Using the entries below, copy out all lines where "LAJE" is found.

-- GIVEN RECORDS follows --

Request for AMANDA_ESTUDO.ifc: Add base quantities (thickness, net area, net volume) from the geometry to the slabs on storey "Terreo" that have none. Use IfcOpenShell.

First a look at what the model holds.

```python
import ifcopenshell
import ifcopenshell.util.element
import ifcopenshell.util.unit

model = ifcopenshell.open("AMANDA_ESTUDO.ifc")
print(model.schema)
for unit_type in ("LENGTHUNIT", "AREAUNIT", "VOLUMEUNIT"):
    print(unit_type, ifcopenshell.util.unit.calculate_unit_scale(model, unit_type))
storey = next(s for s in model.by_type("IfcBuildingStorey") if s.Name == "Terreo")
slabs = [e for e in ifcopenshell.util.element.get_decomposition(storey) if e.is_a("IfcSlab")]
for e in sorted(slabs, key=lambda e: e.id()):
    print(e.id(), e.is_a(), e.Name, list(ifcopenshell.util.element.get_psets(e, qtos_only=True)), sep=" | ")
```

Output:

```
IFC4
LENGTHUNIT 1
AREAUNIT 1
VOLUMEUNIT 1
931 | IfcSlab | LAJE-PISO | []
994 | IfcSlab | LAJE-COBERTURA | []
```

```python
import ifcopenshell
import ifcopenshell.api.pset
import ifcopenshell.geom
import ifcopenshell.util.element
import ifcopenshell.util.shape
import ifcopenshell.util.unit

model = ifcopenshell.open("AMANDA_ESTUDO.ifc")
unit_scale = ifcopenshell.util.unit.calculate_unit_scale(model)
area_scale = ifcopenshell.util.unit.calculate_unit_scale(model, "AREAUNIT")
volume_scale = ifcopenshell.util.unit.calculate_unit_scale(model, "VOLUMEUNIT")
settings = ifcopenshell.geom.settings()

storey = next(s for s in model.by_type("IfcBuildingStorey") if s.Name == "Terreo")
slabs = [e for e in ifcopenshell.util.element.get_decomposition(storey) if e.is_a("IfcSlab")]

for e in sorted(slabs, key=lambda e: e.id()):
    if ifcopenshell.util.element.get_psets(e, qtos_only=True, should_inherit=False):
        continue
    # Geometry comes back in metres, in the element's own axes.
    shape = ifcopenshell.geom.create_shape(settings, e)
    values = {
        "Width": ifcopenshell.util.shape.get_z(shape.geometry) / unit_scale,
        "NetArea": ifcopenshell.util.shape.get_footprint_area(shape.geometry) / area_scale,
        "NetVolume": ifcopenshell.util.shape.get_volume(shape.geometry) / volume_scale,
    }
    qto = ifcopenshell.api.pset.add_qto(model, product=e, name="Qto_SlabBaseQuantities")
    ifcopenshell.api.pset.edit_qto(model, qto=qto, properties=values)
    print(e.id(), {k: round(v, 3) for k, v in values.items()})

model.write("AMANDA_ESTUDO-out.ifc")
```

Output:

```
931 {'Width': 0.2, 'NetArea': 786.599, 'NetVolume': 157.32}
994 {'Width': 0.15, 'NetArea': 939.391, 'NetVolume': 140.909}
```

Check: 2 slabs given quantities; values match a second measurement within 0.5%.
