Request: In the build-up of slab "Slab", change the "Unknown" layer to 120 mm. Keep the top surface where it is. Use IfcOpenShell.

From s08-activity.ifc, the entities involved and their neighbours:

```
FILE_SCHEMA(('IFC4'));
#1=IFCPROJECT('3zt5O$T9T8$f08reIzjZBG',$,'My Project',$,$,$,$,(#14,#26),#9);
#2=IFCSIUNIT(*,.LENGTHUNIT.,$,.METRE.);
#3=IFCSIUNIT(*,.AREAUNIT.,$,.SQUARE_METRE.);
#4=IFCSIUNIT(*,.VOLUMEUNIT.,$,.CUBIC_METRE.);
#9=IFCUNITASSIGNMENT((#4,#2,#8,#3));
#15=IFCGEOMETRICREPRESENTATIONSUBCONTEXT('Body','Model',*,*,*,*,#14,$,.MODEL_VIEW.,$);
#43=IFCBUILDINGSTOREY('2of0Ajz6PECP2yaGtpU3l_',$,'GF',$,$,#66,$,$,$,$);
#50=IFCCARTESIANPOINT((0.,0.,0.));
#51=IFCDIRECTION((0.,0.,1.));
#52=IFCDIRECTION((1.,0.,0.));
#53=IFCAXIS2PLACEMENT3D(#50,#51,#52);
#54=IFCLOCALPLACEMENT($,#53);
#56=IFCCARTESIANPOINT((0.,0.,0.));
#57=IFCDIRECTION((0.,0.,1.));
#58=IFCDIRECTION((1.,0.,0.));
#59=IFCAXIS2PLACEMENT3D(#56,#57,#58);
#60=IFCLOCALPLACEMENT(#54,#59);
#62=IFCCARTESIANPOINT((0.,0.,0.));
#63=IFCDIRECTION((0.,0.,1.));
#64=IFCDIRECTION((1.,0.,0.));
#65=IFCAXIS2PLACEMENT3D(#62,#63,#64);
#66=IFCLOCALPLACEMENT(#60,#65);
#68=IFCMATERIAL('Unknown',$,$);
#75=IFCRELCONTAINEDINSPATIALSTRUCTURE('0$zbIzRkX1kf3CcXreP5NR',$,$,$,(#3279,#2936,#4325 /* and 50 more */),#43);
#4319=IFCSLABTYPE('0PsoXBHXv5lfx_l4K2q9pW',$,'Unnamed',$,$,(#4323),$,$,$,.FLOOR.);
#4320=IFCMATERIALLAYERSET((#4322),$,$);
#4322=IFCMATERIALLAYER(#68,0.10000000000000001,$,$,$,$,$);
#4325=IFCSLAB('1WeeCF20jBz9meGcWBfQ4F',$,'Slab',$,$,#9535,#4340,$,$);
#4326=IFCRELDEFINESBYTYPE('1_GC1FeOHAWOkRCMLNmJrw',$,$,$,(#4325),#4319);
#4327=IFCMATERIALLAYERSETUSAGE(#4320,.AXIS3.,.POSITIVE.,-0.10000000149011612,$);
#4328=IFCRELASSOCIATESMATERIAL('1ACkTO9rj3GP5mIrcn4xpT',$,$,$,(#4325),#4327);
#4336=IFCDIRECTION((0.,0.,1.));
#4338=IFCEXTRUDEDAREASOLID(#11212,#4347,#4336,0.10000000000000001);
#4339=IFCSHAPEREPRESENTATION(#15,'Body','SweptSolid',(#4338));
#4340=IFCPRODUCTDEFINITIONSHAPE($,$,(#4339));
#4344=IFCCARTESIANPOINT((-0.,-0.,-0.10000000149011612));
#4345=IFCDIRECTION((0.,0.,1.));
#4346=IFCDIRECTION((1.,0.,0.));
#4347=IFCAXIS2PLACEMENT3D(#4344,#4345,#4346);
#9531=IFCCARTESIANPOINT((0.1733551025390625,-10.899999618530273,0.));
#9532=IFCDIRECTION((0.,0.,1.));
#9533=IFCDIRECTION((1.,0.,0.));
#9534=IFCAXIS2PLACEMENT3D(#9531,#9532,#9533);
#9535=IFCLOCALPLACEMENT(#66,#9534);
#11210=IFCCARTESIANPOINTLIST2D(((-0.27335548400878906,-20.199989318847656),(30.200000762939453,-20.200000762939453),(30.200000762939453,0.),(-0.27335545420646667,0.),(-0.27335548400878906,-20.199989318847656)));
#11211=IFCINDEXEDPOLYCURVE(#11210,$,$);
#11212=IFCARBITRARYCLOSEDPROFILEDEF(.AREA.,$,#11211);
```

```python
import ifcopenshell
import ifcopenshell.util.element
import ifcopenshell.util.representation
import ifcopenshell.util.unit

model = ifcopenshell.open("s08-activity.ifc")
unit_scale = ifcopenshell.util.unit.calculate_unit_scale(model)

layer_set = model.by_id(4320)
layer = next(l for l in layer_set.MaterialLayers if l.Material and l.Material.Name == "Unknown")
change = 0.12 / unit_scale - layer.LayerThickness
layer.LayerThickness += change

# Geometry does not follow the layer set by itself.
slabs = [e for e in ifcopenshell.util.element.get_elements_by_material(model, layer_set) if e.is_a("IfcSlab")]
for slab in sorted(slabs, key=lambda e: e.id()):
    body = ifcopenshell.util.representation.get_representation(slab, "Model", "Body")
    solid = body.Items[0]
    old_depth = solid.Depth
    solid.Depth += change
    # Extruded upwards: lower the start of the extrusion so the top stays.
    x, y, z = solid.Position.Location.Coordinates
    solid.Position.Location = model.createIfcCartesianPoint((x, y, z - change))
    print(slab.id(), f"{old_depth:g} -> {solid.Depth:g}")

# The layers are counted up from the underside, which has moved.
for usage in {ifcopenshell.util.element.get_material(slab) for slab in slabs}:
    usage.OffsetFromReferenceLine -= change

model.write("s08-activity_rev.ifc")
```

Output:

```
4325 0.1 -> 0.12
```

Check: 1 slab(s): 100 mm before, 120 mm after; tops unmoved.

-- GIVEN RECORDS concluded --

** RESPONSE **
931 | IfcSlab | LAJE-PISO | []
994 | IfcSlab | LAJE-COBERTURA | []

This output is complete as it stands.